Seth Washington, student at N.C. A&T State University in Greensboro, North Carolina
“At North Carolina Agricultural and Technical State University, we are very familiar with
representation repeatedly seeking to silence us. We were victims to racial gerrymandering
which only due to our fight went all the way to the Supreme Court. … (Students) have an inherent duty to protect the community and the voices around us. If our votes and voices did not have power, people would not be trying so hard to take them away. And with the majority-minority slowly becoming less of the majority, what was formerly politically impossible, is now becoming politically inevitable; the revolution of America, where Bllack and brown people will become the majority and representatively, be leading the composition of legislative decisions.”
Yesenia Chavez of Chicago, one of the first four hunger strikers to Stop General Iron from moving its polluting metal shredding business into their low-income neighborhood. She fasted for 25 days and the number of hunger strikers grew to 15 during the month as they continue to protest this environmental racism and ecological devastation.
“The decision to give up solid foods and initiate a hunger strike was an extreme measure, yes. Still, we knew following the processes implemented to purposely oppress us will not lead to revolutionary change. We decided to lead and uplift the voices of others along the way. Our kids and students keep getting asthma, and our residents keep getting sick, mentally and physically. What were we supposed to do?

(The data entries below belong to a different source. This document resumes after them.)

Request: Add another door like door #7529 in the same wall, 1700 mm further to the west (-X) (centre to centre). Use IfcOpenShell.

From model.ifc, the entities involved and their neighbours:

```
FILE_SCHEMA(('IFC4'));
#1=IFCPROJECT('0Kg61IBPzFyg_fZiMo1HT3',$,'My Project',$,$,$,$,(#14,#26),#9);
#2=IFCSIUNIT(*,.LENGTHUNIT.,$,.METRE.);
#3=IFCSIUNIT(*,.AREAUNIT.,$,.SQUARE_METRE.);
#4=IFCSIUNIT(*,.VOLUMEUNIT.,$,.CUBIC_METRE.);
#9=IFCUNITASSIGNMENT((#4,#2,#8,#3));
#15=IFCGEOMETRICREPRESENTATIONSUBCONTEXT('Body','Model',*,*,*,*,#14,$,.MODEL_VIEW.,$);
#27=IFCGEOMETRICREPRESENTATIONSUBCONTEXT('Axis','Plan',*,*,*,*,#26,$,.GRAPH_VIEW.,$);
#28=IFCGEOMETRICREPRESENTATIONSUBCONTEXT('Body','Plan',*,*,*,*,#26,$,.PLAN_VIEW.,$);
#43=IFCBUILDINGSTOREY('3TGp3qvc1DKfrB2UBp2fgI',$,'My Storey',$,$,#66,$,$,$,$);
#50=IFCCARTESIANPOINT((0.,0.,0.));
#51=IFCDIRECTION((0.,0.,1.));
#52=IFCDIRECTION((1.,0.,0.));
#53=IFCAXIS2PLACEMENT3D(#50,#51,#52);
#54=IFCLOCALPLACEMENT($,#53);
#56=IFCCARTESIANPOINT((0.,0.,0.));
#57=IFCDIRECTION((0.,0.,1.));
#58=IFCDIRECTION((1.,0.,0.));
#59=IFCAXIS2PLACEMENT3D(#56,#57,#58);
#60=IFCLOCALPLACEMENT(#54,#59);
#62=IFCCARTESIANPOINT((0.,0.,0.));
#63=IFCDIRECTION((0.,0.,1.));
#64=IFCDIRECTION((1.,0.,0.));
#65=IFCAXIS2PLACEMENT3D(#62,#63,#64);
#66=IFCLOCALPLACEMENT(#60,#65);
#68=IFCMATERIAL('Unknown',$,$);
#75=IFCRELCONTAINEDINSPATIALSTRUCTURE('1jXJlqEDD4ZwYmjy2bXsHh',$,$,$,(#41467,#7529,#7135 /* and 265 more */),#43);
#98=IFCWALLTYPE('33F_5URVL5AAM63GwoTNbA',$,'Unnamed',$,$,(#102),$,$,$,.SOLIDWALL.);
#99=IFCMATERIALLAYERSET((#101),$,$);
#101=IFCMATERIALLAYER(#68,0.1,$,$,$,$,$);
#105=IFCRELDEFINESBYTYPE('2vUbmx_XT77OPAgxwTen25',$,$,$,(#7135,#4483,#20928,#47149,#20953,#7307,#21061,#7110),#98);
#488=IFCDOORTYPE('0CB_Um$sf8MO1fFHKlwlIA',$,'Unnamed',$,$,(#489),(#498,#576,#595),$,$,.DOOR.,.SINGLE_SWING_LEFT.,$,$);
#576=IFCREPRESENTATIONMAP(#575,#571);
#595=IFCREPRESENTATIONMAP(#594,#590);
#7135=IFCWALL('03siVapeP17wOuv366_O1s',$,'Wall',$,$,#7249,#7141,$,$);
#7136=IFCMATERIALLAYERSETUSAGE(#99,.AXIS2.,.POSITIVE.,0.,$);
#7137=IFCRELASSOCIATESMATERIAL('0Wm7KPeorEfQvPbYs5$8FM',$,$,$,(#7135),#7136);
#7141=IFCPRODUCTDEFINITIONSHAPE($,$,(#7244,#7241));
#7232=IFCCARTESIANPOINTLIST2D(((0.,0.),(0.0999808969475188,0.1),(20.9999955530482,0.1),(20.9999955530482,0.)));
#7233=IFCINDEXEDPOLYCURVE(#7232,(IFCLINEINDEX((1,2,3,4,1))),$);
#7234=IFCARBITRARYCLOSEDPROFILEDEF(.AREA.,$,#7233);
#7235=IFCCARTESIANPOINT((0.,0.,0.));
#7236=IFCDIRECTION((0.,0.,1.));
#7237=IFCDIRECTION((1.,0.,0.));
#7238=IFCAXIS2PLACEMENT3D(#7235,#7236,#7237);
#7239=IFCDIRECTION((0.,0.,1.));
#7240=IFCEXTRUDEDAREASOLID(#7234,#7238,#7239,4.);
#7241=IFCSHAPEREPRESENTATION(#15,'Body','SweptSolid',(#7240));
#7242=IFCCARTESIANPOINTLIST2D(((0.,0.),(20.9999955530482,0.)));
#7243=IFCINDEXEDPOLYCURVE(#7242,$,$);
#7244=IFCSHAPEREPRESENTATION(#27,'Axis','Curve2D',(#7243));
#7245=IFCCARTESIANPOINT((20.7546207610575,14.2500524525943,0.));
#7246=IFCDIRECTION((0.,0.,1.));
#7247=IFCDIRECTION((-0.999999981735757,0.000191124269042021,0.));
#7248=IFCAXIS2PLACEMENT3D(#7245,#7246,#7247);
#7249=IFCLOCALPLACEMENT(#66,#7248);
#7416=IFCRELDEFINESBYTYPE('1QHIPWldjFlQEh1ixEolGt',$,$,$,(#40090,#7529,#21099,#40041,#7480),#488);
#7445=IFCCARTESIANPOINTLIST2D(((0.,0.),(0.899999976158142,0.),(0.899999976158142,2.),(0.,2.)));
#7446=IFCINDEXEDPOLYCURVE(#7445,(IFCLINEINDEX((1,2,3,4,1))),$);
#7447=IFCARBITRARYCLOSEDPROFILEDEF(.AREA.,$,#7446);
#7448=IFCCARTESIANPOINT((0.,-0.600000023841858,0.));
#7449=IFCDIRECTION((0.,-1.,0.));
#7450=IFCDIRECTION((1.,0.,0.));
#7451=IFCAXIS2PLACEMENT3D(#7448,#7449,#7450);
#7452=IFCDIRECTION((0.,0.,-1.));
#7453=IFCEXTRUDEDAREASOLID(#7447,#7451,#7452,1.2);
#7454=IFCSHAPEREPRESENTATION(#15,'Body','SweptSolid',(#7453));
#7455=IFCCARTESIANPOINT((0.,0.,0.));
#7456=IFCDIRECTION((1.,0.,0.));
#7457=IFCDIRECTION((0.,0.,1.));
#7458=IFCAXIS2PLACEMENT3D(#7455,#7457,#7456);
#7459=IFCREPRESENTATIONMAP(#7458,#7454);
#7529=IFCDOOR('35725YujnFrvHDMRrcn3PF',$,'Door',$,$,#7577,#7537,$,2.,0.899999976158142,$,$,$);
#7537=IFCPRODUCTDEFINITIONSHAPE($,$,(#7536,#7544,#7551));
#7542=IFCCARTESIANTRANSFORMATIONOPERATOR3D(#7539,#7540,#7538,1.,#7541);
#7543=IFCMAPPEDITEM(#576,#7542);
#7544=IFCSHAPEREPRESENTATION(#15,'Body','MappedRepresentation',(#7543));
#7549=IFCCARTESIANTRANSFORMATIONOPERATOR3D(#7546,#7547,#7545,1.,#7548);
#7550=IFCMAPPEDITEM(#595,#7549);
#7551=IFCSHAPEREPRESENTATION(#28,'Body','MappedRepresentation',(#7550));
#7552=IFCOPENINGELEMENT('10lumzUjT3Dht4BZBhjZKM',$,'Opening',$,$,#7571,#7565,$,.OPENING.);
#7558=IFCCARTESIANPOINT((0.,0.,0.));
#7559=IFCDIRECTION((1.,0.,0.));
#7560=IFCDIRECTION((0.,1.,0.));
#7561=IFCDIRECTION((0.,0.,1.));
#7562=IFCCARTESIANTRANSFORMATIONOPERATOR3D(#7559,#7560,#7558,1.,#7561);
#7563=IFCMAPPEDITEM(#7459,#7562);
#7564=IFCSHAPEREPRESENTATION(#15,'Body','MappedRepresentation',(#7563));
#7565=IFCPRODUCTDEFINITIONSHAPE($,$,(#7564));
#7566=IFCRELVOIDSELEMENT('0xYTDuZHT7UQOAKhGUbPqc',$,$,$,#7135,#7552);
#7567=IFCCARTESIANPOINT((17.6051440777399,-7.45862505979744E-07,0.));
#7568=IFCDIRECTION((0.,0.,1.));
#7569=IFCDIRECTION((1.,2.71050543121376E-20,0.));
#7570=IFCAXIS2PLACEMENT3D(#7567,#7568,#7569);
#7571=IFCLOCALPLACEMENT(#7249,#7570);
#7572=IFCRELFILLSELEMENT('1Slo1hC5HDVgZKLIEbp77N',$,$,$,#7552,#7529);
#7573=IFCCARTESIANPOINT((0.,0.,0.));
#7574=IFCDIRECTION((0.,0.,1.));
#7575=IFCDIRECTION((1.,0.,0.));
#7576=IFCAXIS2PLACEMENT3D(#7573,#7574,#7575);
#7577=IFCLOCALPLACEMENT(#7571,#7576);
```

```python
import ifcopenshell
import ifcopenshell.api.feature
import ifcopenshell.api.geometry
import ifcopenshell.api.root
import ifcopenshell.geom
import ifcopenshell.util.element
import ifcopenshell.util.placement
import ifcopenshell.util.shape
import ifcopenshell.util.unit

model = ifcopenshell.open("model.ifc")
unit_scale = ifcopenshell.util.unit.calculate_unit_scale(model)
settings = ifcopenshell.geom.settings()


def volume(element):
    """Net volume in cubic metres, openings subtracted."""
    shape = ifcopenshell.geom.create_shape(settings, element)
    return ifcopenshell.util.shape.get_volume(shape.geometry)


door = model.by_id(7529)
opening = door.FillsVoids[0].RelatingOpeningElement
wall = opening.VoidsElements[0].RelatingBuildingElement
before = volume(wall)
shift = ifcopenshell.util.placement.get_local_placement(wall.ObjectPlacement)[:3, 0] * 1.7 / unit_scale

# copy_class copies the void relationship, type, container and properties, but no geometry.
new_opening = ifcopenshell.api.root.copy_class(model, product=opening)
new_opening.Representation = ifcopenshell.util.element.copy_deep(
    model, opening.Representation, exclude=["IfcGeometricRepresentationContext", "IfcRepresentationMap"]
)
new_door = ifcopenshell.api.root.copy_class(model, product=door)
new_door.Representation = ifcopenshell.util.element.copy_deep(
    model, door.Representation, exclude=["IfcGeometricRepresentationContext", "IfcRepresentationMap"]
)
ifcopenshell.api.feature.add_filling(model, opening=new_opening, element=new_door)

for old, new in ((opening, new_opening), (door, new_door)):
    matrix = ifcopenshell.util.placement.get_local_placement(old.ObjectPlacement)
    matrix[:3, 3] += shift
    ifcopenshell.api.geometry.edit_object_placement(model, product=new, matrix=matrix, is_si=False)

after = volume(wall)

print(f"wall volume {before:.3f} -> {after:.3f} m3")

model.write("model_updated.ifc")
```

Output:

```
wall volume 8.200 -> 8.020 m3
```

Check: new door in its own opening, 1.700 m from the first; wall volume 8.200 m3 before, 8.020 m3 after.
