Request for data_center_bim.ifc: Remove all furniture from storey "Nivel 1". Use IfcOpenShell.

First a look at what the model holds.

```python
import ifcopenshell
import ifcopenshell.util.element

model = ifcopenshell.open("data_center_bim.ifc")
print(model.schema)
storey = next(s for s in model.by_type("IfcBuildingStorey") if s.Name == "Nivel 1")
furniture = [e for e in ifcopenshell.util.element.get_decomposition(storey) if e.is_a("IfcFurnishingElement")]
seen = {}
for e in furniture:
    element_type = ifcopenshell.util.element.get_type(e)
    name = element_type.Name if element_type not in (None, e) else None
    seen[name] = seen.get(name, 0) + 1
for name, count in sorted(seen.items(), key=str):
    print(count, "x", name)
```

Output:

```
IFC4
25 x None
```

```python
import ifcopenshell
import ifcopenshell.api.root
import ifcopenshell.util.element

model = ifcopenshell.open("data_center_bim.ifc")

storey = next(s for s in model.by_type("IfcBuildingStorey") if s.Name == "Nivel 1")
furniture = [e for e in ifcopenshell.util.element.get_decomposition(storey) if e.is_a("IfcFurnishingElement")]

for e in furniture:
    ifcopenshell.api.root.remove_product(model, product=e)
print(len(furniture), "removed")

model.write("data_center_bim-out.ifc")
```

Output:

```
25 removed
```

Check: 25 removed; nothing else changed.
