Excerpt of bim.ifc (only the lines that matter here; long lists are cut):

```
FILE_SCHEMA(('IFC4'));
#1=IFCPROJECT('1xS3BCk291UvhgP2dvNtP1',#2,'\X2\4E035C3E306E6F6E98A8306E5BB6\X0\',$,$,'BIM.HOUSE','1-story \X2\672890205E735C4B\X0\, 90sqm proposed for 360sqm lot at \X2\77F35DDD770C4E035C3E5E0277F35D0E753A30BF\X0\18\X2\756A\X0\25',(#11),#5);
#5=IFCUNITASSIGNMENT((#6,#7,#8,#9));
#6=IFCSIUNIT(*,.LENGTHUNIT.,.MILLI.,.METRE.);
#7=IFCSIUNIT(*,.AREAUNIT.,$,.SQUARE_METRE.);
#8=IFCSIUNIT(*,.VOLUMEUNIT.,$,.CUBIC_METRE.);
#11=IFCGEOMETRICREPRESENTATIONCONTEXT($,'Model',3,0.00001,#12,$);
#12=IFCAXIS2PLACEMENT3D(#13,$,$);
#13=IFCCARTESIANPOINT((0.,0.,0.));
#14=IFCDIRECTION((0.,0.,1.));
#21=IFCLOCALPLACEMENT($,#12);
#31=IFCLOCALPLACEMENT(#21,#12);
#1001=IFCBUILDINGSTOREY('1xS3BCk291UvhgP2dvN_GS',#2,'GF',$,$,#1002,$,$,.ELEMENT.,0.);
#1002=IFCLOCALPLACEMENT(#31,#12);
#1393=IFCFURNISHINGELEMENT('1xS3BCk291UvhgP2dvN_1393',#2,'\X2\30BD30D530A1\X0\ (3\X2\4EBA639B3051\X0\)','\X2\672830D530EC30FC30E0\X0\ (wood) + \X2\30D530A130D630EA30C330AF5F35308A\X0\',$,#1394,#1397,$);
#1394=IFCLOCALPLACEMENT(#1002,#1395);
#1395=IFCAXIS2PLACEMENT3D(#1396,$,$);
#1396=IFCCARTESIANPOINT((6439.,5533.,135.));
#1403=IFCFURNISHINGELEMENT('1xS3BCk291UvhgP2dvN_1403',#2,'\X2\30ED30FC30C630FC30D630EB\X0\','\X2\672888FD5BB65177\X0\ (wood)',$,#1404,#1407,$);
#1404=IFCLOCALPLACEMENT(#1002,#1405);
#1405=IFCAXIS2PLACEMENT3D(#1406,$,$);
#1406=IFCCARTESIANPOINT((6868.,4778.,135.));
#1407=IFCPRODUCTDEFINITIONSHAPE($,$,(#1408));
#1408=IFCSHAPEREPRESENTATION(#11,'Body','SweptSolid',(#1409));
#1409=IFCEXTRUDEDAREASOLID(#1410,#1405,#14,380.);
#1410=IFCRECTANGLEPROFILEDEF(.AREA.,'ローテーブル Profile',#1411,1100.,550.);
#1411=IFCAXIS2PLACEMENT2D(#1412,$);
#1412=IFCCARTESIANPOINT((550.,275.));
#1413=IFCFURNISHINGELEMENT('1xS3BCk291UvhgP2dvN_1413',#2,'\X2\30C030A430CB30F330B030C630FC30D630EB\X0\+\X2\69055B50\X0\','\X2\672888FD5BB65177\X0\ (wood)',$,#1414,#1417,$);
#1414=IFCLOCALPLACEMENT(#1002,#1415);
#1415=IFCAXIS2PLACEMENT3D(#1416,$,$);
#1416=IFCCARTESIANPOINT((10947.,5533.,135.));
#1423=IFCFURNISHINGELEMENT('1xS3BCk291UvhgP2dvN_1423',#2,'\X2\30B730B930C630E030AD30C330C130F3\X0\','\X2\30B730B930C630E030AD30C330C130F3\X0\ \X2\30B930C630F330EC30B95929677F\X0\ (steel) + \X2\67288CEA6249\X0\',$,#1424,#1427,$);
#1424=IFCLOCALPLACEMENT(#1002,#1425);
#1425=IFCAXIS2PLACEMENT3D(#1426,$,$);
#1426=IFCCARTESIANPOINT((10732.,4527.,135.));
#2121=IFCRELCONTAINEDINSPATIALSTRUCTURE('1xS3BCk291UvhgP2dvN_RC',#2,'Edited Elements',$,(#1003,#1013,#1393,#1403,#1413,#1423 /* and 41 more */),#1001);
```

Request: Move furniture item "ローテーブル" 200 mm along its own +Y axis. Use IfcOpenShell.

```python
import ifcopenshell
import ifcopenshell.api.geometry
import ifcopenshell.util.placement
import ifcopenshell.util.unit

model = ifcopenshell.open("bim.ifc")
unit_scale = ifcopenshell.util.unit.calculate_unit_scale(model)

item = model.by_guid("1xS3BCk291UvhgP2dvN_1403")
matrix = ifcopenshell.util.placement.get_local_placement(item.ObjectPlacement)
matrix[:3, 3] += matrix[:3, 1] * 0.2 / unit_scale
ifcopenshell.api.geometry.edit_object_placement(model, product=item, matrix=matrix, is_si=False)

print(ifcopenshell.util.placement.get_local_placement(item.ObjectPlacement).round(3) + 0.0)

model.write("bim-out.ifc")
```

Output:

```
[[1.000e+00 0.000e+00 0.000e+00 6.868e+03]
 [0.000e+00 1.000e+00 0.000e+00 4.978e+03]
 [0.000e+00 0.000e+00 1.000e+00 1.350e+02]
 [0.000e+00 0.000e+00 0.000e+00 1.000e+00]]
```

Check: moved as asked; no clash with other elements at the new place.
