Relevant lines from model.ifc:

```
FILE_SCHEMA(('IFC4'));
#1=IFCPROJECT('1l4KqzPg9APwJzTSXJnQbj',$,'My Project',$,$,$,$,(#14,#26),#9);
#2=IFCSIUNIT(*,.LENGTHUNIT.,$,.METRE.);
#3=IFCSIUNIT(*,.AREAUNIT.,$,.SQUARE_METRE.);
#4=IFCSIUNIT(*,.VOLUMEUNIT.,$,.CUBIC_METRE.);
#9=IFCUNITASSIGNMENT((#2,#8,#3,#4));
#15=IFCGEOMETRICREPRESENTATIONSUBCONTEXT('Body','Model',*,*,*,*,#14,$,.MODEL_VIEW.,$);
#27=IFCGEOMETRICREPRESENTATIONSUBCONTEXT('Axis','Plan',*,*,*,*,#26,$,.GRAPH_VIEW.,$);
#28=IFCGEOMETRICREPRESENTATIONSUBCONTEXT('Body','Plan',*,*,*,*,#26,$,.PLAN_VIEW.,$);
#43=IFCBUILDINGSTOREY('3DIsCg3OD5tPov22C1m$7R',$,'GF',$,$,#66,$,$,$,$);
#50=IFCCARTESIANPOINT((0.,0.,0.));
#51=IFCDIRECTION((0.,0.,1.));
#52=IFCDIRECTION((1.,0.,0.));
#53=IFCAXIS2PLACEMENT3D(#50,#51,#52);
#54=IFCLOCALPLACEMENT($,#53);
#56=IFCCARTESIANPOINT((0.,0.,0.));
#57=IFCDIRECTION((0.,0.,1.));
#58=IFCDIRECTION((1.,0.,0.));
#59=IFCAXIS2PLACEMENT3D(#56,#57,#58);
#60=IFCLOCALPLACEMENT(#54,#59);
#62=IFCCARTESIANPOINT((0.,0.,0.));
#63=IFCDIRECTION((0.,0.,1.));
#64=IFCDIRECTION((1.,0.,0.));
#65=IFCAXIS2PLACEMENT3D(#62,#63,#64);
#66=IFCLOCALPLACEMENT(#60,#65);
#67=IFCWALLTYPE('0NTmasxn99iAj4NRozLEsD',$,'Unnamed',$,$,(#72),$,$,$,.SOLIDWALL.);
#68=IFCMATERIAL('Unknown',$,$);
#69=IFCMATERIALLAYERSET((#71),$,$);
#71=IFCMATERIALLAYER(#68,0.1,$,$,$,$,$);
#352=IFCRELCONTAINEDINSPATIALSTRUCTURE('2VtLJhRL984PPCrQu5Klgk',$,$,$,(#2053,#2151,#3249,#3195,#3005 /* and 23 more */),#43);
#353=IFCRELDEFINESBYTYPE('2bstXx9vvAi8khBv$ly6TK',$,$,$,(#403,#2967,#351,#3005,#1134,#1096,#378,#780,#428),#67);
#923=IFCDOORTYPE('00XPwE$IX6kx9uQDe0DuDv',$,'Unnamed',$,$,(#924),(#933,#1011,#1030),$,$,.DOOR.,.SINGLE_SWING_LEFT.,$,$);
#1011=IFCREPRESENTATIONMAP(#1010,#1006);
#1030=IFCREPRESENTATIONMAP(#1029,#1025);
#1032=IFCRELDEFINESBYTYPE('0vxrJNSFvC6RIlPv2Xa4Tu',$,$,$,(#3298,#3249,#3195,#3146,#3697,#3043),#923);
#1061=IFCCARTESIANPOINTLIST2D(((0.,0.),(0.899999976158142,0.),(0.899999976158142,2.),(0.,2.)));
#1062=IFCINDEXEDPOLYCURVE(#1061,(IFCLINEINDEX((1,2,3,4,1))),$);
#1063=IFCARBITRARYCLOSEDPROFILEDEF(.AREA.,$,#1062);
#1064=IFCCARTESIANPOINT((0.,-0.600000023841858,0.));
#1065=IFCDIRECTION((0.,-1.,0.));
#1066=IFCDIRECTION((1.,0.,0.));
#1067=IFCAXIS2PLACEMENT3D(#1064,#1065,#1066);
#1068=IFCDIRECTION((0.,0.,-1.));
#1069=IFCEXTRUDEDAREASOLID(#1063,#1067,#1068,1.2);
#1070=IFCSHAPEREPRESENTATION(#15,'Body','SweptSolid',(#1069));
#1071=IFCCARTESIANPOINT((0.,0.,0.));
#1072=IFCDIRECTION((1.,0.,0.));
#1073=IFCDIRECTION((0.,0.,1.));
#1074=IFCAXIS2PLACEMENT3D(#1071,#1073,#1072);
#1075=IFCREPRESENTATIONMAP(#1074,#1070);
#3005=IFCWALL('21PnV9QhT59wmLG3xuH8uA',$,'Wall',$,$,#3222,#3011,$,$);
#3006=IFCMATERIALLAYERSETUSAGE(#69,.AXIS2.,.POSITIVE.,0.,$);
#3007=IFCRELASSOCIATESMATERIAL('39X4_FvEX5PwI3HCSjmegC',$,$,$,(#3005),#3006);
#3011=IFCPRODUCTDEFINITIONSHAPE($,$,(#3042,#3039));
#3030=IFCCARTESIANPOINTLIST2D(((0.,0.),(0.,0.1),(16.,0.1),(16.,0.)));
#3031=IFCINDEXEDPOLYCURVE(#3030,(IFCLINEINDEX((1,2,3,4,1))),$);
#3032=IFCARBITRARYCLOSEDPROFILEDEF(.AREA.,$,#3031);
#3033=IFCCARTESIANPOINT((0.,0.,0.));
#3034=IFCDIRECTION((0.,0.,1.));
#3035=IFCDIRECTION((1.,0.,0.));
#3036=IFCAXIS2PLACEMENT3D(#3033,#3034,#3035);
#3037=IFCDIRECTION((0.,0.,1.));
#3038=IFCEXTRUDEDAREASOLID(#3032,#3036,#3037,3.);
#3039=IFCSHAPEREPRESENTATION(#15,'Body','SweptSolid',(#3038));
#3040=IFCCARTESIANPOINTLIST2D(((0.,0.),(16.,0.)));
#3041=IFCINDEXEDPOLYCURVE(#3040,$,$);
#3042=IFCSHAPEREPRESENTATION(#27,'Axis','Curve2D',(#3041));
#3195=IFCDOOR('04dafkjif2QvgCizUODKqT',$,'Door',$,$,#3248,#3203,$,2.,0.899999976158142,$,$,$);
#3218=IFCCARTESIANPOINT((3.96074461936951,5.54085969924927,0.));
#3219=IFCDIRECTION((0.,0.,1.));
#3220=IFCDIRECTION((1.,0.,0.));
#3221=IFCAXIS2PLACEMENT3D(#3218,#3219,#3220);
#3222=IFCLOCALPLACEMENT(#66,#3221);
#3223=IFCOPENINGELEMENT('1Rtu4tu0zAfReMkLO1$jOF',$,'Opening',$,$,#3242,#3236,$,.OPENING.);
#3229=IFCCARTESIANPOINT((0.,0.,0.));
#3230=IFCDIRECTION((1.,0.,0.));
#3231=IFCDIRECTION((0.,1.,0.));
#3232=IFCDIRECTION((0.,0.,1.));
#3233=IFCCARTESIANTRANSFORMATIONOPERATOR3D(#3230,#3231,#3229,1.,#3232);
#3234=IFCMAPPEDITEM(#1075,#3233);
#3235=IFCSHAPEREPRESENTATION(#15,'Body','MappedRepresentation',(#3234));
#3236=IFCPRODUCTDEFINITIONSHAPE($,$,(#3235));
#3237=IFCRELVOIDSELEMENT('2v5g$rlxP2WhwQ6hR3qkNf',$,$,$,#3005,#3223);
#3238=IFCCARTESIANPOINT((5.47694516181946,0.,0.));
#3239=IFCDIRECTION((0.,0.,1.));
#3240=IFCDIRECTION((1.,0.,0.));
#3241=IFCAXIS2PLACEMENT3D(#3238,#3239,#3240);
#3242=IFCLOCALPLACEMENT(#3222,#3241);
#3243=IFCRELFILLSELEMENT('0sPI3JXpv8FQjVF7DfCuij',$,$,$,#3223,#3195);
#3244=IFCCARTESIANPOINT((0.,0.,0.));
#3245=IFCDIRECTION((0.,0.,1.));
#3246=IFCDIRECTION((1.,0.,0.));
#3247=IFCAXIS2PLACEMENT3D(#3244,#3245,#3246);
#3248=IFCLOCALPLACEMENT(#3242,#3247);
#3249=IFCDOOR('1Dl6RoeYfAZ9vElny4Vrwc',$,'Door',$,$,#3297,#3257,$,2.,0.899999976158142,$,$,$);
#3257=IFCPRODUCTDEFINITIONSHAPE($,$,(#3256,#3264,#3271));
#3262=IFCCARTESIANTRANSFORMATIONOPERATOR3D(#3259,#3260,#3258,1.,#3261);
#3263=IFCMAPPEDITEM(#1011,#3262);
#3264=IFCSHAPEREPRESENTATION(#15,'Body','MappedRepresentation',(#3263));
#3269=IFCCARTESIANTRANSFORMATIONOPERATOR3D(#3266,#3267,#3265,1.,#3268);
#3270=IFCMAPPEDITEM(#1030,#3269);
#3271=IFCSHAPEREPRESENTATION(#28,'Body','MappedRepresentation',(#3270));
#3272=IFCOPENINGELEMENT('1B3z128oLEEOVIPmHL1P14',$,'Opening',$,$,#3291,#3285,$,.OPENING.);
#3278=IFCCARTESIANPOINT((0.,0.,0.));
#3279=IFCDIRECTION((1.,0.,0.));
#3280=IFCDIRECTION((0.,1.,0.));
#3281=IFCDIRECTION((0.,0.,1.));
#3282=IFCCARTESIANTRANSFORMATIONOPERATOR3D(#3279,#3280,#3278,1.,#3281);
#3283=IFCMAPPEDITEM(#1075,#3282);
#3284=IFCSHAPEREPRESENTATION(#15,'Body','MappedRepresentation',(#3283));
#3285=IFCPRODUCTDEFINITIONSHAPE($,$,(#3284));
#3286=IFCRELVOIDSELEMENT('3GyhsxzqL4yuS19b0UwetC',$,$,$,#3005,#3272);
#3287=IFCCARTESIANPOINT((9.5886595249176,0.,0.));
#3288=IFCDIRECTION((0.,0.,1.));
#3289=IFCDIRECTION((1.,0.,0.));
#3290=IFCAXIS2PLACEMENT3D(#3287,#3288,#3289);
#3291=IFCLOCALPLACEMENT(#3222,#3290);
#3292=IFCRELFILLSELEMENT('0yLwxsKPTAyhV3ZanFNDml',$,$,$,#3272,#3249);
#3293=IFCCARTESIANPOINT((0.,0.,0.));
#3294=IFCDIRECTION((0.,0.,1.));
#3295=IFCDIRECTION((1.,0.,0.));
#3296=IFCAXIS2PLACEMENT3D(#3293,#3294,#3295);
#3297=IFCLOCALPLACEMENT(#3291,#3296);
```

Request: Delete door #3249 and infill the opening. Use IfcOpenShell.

```python
import ifcopenshell
import ifcopenshell.api.feature
import ifcopenshell.api.root
import ifcopenshell.geom
import ifcopenshell.util.shape

model = ifcopenshell.open("model.ifc")
settings = ifcopenshell.geom.settings()


def volume(element):
    """Net volume in cubic metres, openings subtracted."""
    shape = ifcopenshell.geom.create_shape(settings, element)
    return ifcopenshell.util.shape.get_volume(shape.geometry)


door = model.by_guid("1Dl6RoeYfAZ9vElny4Vrwc")
opening = door.FillsVoids[0].RelatingOpeningElement
wall = opening.VoidsElements[0].RelatingBuildingElement
before = volume(wall)

ifcopenshell.api.root.remove_product(model, product=door)
ifcopenshell.api.feature.remove_feature(model, feature=opening)

after = volume(wall)

print(f"wall volume {before:.3f} -> {after:.3f} m3")

model.write("model_rev.ifc")
```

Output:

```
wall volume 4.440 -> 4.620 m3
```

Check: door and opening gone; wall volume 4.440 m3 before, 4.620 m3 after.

“It is unacceptable for elected officials to remain silent on issues impacting vulnerable communities. Policymakers need to be responsible and understand the impact of postponing decisions, choosing to sit in silence, the impact of voting to table discussions, and the impact of following racist, classist and oppressive practices.”
Debra Thomas, 42, of Jackson, Mississippi, Black mother of 11. She has been disenfranchised since 1998 when she was convicted of shoplifting — a first-time offense — at the age of 20 and sentenced to five years in prison.
“Since my conviction and release from prison, I have been denied access to low-income subsidized housing, which has made providing adequate housing for my family a serious challenge. The felony shoplifting conviction keeps me from being hired and making a living wage at any decent job that I qualify for. My luck with jobs has only been housekeeping and chicken plants, which tells me after making one bad decision in Mississippi, my life’s worth is only good enough to clean up another man’s trash. … I want to be able to make enough money to care for my family and not have to work multiple jobs to make ends meet. I want one day soon to be a resident with a voice and vote to count in the electoral process.”